PROBLEM STATEMENT:
The water issue in San Pablo is multifaceted. Due to San Pablo’s location, there is an abundance of rainwater in the wet season (May – Oct) and not enough water during the dry season. In addition to the uneven distribution of rainwater, potable water is not readily available. For families to have drinking water, the water is usually boiled or purchased.

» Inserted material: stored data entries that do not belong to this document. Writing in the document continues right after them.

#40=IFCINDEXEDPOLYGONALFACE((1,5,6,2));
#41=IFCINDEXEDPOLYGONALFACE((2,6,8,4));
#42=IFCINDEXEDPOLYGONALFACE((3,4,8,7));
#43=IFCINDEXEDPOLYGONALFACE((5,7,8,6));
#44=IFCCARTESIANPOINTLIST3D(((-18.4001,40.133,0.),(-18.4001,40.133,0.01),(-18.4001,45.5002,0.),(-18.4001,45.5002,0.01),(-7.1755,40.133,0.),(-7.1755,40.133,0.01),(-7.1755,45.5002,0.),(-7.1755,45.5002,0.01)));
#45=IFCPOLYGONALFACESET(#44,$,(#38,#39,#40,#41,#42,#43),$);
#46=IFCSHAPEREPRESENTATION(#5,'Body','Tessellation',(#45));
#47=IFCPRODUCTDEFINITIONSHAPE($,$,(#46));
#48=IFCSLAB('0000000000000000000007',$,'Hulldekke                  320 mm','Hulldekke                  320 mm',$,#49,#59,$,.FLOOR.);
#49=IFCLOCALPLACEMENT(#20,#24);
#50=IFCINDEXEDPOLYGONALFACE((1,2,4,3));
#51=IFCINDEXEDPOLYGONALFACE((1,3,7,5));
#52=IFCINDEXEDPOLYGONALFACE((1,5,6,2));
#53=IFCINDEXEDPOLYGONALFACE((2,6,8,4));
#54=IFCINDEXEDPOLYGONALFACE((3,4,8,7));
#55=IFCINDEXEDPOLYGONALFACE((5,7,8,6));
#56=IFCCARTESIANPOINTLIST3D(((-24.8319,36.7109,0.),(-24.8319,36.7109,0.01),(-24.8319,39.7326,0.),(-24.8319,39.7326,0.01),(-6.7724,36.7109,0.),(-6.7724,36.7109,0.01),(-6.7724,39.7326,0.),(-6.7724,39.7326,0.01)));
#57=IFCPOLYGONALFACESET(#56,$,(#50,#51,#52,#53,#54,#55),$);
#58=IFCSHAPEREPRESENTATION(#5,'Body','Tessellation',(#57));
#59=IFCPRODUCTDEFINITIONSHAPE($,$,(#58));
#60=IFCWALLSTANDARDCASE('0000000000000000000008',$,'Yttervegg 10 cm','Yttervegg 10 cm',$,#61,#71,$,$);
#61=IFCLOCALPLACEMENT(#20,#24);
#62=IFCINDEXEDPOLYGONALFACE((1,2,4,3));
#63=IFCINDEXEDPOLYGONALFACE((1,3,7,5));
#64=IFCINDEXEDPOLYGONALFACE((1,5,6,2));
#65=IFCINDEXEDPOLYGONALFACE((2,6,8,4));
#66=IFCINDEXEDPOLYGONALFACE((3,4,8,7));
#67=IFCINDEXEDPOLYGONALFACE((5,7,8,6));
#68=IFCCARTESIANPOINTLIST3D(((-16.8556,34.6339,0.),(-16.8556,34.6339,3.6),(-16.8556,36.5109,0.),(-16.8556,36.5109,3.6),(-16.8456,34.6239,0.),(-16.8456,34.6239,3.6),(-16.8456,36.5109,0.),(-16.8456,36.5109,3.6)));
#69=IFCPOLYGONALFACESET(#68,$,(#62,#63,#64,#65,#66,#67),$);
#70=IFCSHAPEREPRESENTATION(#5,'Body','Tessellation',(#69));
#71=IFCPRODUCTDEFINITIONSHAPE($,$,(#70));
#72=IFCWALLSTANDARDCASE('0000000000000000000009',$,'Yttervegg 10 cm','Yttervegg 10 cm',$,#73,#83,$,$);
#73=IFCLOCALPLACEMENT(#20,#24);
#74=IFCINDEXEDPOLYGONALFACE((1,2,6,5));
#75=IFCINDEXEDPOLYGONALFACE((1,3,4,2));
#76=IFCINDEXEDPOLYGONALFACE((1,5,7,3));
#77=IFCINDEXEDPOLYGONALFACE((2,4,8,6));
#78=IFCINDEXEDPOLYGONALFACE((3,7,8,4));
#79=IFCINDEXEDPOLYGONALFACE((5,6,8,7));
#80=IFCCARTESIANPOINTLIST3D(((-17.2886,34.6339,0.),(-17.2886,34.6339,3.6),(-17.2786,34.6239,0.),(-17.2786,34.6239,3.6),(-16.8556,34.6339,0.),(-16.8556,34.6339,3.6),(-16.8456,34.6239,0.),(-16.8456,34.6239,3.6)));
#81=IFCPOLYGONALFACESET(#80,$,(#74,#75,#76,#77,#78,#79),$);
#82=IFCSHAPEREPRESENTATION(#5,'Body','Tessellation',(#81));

Currently, we see that the school and one family filters their water, and that another family use a rudimentary method of SoDis. The filters, however do not remove large amounts of bacteria (aeromonas). We were unable to test the local SoDis water, but were able to test water from our own SoDis bag, and got promising results.



PROJECT GOALS:
1. To learn more about the sanitation issues in San Pablo, and to learn about water sanitation methods currently used.
2. To investigate sources of contamination through various tests and observations.
3. To construct a rainwater collection prototype on Casa Guateca using local resources.
4. To complete a full scale evaluation of water quality in San Pablo.
5. To perform various tests of current water treatment measures.


PERSONAL GOALS:
1. To learn more about water sanitation methods, and contamination risks.
2. To come up with appropriate designs for rain water collection for the community.

PROJECT CHALLENGES:
1. Our proposed problem was not realized upon arriving in San Pablo.
  • After observing the conditions in San Pablo, we discovered that a Slow Sand Filter was not the most appropriate technology for the people here due to:
    • Long term Maintenance
    • Materials, cost limitations
2. The materials we needed were not always available in the region.
3. Research and communication were difficult.
  • Internet connectivity and reliability


About the Water Distribution System in San Pablo


There are 4 different water sources that serve the 5 different sectors of San Pablo. Water is collected into water distribution tanks at the source, and at distribution tanks throughout San Pablo. Water passes through distribution tank to tank and finally to houses via 2 inch PVC pipes, that often surface from underground and then break due to heavy rains. Water then becomes contaminated. The biggest problems with contamination that we have seen are with non-fecal coliform and aeromonas, which cause gastrointestinal illnesses (stomach upset, vomiting, diarrhea).



PROJECTS:

Rain Water Collection

Project Overview:
Because of the lack of water during the dry season in San Pablo, we created a rainwater catchment system to be affixed to rooftops. Hopefully, rainwater catchment systems will free the community from a faulty, unsafe water distribution system and store water to irrigate crops during the dry season.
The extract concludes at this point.